Where else the law shows up
Zipf's law generalizes far beyond words. The same 1/N rank-frequency pattern appears in:
- City populations (the largest city in a country is about twice the size of the second largest)
- Wealth distributions (in approximate form; the modern reality is more skewed)
- Website traffic (the most-visited site of any niche has roughly twice the traffic of the second-most-visited)
- Citation counts in academic papers
- The frequencies of words in code (for programming languages, not just natural languages)
- The sizes of files on a typical hard drive
- Earthquake magnitudes (the Gutenberg-Richter law is a Zipfian distribution)
The general phenomenon is sometimes called a "power law distribution" or, when the exponent is exactly 1, a "Zipfian distribution." There is a small academic industry around proposing mechanisms for power laws — preferential attachment, self-organized criticality, log-normal mixtures — and the empirical literature is full of cases where one mechanism fits one domain better than another. There is no single explanation that covers all the cases.
What the law might mean
The honest scientific answer, after seventy-five years of study, is that we do not know definitively why Zipf's law holds for language. We know it does. We know that random typing produces it, that information-theoretic optimization predicts it, that the law generalizes far beyond words, and that no proposed mechanism is fully satisfying.

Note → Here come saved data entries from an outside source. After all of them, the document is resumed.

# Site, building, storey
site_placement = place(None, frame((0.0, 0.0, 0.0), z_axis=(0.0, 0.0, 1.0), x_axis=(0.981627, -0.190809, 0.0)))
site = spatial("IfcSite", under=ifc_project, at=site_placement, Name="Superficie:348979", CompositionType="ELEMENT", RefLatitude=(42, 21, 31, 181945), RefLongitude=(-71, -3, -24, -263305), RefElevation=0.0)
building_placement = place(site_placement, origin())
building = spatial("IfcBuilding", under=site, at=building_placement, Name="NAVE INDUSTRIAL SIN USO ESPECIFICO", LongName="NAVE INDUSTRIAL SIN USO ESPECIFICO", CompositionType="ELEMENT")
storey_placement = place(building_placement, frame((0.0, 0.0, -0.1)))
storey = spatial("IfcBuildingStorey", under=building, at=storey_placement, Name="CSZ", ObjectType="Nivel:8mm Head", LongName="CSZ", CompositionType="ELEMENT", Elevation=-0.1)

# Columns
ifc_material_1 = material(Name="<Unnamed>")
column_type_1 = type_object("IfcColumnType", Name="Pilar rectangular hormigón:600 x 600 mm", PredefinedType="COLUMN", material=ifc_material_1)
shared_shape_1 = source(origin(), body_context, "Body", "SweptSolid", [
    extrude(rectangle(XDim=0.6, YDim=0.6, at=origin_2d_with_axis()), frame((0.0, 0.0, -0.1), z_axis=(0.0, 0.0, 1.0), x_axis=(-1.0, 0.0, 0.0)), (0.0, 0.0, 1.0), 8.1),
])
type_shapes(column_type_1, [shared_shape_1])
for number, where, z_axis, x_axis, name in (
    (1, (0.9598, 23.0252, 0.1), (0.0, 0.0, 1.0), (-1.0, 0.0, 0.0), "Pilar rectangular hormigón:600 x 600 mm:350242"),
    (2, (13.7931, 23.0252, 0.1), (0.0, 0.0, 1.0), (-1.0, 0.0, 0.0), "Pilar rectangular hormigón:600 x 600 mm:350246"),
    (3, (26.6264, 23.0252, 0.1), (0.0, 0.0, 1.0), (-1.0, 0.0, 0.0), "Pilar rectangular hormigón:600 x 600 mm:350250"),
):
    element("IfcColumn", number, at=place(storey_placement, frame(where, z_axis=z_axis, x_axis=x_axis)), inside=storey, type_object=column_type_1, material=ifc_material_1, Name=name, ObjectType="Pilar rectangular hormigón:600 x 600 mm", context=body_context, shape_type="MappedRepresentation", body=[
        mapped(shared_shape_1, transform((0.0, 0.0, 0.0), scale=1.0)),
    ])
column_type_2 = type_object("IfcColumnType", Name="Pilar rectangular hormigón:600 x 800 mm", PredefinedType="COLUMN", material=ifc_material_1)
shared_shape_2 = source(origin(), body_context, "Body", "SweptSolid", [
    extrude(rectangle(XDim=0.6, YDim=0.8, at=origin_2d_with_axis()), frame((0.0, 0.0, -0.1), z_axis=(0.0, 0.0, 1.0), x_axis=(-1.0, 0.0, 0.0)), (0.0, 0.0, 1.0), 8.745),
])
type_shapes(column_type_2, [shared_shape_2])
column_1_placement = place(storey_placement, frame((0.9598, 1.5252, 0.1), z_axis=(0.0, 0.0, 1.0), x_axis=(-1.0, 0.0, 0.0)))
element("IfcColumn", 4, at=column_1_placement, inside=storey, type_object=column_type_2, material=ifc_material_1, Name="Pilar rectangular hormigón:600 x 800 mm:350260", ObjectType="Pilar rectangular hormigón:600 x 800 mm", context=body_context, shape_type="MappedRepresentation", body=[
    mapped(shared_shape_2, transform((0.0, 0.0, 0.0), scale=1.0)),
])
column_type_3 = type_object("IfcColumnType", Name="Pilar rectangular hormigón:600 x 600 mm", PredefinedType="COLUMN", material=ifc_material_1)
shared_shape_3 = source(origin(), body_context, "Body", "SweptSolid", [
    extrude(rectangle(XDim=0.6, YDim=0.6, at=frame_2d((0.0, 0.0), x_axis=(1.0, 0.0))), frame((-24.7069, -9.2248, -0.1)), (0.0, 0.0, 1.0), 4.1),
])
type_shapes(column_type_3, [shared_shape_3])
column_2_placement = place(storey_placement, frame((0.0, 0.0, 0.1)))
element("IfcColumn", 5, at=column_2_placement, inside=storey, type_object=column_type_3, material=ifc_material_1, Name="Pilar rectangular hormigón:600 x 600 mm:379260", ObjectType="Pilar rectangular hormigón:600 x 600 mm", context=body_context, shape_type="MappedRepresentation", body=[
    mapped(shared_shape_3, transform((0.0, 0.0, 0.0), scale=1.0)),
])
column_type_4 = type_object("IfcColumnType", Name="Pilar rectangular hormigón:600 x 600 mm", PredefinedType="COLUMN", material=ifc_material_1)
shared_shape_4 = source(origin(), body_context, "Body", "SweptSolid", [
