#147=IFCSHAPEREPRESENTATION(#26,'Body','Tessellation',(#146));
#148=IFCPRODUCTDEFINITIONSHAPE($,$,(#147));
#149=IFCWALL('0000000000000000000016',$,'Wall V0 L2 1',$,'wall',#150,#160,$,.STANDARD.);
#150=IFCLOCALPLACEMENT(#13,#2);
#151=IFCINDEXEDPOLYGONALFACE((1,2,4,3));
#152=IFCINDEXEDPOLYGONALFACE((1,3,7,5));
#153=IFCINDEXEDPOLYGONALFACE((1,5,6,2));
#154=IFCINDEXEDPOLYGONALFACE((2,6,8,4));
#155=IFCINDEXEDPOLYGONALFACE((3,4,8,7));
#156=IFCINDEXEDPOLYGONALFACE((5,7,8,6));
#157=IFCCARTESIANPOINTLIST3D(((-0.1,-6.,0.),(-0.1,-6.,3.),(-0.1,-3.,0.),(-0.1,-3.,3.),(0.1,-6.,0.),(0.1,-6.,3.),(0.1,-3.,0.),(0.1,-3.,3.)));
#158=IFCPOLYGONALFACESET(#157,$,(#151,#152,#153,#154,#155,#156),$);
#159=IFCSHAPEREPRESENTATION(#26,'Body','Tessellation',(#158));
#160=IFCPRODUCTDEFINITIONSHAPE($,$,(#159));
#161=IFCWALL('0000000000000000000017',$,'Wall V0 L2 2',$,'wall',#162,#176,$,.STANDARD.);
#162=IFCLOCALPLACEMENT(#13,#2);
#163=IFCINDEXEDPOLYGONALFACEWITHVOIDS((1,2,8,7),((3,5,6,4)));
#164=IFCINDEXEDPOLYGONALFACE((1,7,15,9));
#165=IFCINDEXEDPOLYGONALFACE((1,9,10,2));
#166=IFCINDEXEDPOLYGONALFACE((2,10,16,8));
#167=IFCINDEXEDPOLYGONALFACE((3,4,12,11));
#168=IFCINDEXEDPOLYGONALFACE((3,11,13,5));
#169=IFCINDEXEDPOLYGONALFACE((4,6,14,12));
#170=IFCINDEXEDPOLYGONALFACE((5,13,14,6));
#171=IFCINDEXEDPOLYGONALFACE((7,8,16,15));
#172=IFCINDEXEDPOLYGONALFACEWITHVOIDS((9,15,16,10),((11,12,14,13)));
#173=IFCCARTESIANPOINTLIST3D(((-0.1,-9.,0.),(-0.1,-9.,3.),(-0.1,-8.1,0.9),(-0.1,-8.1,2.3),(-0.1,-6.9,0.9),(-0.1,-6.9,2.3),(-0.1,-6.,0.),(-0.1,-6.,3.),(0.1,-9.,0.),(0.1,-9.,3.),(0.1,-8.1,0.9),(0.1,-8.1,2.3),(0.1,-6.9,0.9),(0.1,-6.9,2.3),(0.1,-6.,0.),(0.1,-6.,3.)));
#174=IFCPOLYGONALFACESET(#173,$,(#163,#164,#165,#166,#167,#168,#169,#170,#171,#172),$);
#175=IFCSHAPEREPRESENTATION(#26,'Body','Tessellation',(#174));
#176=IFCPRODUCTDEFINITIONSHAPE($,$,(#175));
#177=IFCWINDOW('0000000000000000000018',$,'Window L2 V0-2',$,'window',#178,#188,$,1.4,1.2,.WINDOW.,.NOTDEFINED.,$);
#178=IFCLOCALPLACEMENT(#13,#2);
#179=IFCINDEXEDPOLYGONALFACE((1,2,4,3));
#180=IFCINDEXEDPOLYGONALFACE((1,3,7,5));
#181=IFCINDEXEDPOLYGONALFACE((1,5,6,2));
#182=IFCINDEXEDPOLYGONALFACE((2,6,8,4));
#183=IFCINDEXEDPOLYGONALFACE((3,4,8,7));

The unsatisfying nature of the answer is itself interesting. Zipf's law is a regularity that is almost as universal as physical laws like gravity or thermodynamics, yet it lacks a comparably rigorous foundation. It might be that no single mechanism is responsible — that multiple distinct processes (random sampling, optimization, dictionary construction, communication) all happen to produce similar distributions, and the apparent universality is a kind of mathematical coincidence.
Or it might be that there is a deeper principle we have not yet identified, something like an entropy maximization condition that all these systems approximately satisfy. Researchers like Cosma Shalizi have argued for something like this view, treating Zipf's law as the most parsimonious distribution consistent with certain constraints on the underlying generating process.
What the law lets us do
Whatever its cause, Zipf's law is a useful tool. Search engines use it to weight terms (rare words are more informative than common ones, which is the basis of TF-IDF). Compression algorithms exploit it (Huffman coding gives short codes to common words). Language models implicitly learn it during training. Linguists use deviations from it to compare texts: a text that fits Zipf's law badly is unusual in some way that might be worth investigating.

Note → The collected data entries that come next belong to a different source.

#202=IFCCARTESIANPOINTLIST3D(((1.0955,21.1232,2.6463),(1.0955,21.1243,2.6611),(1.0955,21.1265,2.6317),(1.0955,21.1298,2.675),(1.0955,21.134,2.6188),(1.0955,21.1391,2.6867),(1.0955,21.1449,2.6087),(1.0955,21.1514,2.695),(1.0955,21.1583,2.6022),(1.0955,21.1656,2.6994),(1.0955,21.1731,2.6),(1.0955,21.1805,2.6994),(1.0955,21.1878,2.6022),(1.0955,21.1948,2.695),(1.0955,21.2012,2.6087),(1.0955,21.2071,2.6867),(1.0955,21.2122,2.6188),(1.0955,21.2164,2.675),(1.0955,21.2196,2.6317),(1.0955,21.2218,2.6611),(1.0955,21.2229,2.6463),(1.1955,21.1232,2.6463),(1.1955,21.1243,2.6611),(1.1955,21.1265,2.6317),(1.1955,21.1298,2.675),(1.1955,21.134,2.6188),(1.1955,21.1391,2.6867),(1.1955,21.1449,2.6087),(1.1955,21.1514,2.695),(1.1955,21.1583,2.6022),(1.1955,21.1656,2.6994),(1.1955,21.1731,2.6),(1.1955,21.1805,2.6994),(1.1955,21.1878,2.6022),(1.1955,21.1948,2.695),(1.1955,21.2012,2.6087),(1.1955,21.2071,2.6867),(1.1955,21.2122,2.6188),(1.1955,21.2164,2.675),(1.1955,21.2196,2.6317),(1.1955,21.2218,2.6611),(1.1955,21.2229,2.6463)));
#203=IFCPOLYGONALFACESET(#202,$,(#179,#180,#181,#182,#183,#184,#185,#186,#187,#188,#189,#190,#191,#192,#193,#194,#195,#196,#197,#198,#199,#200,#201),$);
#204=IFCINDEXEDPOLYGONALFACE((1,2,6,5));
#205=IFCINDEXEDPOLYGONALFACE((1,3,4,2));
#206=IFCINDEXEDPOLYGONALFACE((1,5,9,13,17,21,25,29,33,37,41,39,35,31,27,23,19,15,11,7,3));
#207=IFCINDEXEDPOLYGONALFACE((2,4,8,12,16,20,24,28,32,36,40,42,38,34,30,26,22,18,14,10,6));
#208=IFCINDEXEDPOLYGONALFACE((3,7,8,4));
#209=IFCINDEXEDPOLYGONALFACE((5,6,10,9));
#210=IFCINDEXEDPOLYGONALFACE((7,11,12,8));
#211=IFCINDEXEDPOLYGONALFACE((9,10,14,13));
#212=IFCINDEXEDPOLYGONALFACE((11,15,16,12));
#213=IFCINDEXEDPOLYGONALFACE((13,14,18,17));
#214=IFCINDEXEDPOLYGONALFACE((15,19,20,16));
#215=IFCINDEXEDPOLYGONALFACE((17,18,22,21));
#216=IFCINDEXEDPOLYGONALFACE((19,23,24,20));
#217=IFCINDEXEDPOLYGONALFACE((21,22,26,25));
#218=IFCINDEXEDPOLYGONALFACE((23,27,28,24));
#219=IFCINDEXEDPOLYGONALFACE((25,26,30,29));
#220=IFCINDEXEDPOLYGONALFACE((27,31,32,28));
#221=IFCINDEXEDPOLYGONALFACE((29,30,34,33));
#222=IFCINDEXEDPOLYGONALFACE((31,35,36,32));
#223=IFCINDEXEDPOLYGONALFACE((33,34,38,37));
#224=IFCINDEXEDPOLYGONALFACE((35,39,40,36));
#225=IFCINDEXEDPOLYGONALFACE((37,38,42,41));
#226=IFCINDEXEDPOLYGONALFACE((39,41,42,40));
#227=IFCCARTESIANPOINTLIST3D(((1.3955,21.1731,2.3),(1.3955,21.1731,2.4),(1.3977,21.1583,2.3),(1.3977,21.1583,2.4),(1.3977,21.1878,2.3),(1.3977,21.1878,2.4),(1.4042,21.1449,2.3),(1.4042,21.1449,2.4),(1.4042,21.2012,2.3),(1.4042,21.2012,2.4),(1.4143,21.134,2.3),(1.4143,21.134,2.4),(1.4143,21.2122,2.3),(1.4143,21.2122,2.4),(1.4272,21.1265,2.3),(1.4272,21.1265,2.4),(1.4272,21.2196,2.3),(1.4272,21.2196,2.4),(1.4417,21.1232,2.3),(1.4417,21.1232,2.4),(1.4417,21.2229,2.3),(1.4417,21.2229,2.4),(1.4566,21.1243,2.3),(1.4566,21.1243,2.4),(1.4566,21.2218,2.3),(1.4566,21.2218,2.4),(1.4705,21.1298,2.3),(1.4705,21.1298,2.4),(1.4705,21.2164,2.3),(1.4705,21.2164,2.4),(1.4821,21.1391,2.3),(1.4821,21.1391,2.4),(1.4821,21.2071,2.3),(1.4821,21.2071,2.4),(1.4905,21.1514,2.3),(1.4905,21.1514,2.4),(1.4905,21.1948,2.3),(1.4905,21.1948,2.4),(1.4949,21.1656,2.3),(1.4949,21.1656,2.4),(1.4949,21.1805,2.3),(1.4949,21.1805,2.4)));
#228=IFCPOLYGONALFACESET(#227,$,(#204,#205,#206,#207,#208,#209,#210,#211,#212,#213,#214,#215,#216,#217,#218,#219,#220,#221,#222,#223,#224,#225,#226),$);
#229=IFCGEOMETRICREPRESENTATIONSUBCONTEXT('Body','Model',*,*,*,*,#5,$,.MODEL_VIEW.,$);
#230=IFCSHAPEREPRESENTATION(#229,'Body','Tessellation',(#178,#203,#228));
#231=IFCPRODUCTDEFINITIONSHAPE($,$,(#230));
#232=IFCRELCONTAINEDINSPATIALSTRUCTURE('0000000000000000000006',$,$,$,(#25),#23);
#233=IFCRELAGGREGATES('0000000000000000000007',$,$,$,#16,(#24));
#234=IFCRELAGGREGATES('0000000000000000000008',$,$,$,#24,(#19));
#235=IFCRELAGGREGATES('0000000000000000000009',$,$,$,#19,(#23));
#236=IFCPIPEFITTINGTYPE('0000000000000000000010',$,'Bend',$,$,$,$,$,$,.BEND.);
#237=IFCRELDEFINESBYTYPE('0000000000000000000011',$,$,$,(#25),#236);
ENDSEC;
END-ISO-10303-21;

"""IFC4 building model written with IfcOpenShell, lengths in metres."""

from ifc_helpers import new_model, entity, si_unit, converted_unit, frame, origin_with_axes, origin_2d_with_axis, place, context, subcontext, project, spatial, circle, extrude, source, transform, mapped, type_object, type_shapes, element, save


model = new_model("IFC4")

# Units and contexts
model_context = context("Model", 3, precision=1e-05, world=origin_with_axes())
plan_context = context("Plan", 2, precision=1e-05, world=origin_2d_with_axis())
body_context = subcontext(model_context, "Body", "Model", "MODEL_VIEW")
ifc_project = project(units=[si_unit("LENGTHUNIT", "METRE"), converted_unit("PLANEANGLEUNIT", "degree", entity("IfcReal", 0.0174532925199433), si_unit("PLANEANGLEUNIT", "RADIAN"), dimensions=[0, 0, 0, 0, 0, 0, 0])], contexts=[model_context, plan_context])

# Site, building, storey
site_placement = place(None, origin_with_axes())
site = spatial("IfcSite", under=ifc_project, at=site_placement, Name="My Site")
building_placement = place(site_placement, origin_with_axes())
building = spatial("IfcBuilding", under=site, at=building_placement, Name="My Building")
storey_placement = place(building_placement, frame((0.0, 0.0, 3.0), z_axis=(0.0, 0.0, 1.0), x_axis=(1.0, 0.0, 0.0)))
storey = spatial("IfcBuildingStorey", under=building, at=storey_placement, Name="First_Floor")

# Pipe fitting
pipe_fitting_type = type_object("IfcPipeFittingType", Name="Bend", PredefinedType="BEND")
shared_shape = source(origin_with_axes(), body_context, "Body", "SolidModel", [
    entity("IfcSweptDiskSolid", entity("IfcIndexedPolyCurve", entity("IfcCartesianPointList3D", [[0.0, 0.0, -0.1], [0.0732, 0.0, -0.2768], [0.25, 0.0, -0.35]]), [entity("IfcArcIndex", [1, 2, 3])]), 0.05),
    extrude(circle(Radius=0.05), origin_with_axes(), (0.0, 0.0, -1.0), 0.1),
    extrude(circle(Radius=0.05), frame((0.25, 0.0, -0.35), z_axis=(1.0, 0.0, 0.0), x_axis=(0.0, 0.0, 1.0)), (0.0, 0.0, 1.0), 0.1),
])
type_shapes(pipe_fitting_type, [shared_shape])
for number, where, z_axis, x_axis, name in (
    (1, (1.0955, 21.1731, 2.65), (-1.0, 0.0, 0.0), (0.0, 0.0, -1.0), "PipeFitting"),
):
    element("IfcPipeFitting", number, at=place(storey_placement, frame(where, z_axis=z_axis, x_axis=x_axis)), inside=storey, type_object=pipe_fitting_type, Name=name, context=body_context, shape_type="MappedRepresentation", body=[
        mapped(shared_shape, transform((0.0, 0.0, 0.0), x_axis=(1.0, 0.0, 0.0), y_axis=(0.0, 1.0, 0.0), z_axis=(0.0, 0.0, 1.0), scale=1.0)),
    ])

Most strikingly, large language model outputs follow Zipf's law nearly as well as human texts do, which is one of several quiet pieces of evidence that the models have learned something deep about the statistical structure of language even if we are not sure what to call it.
The deeper point is that Zipf's law is one of the cases where a mathematical regularity precedes an explanation. We discovered the pattern, found it everywhere, and have not yet found the satisfying account of why. That is more common in science than the standard narrative suggests, and it is one of the more honest places where mathematics, linguistics, and information theory all admit they are still working it out.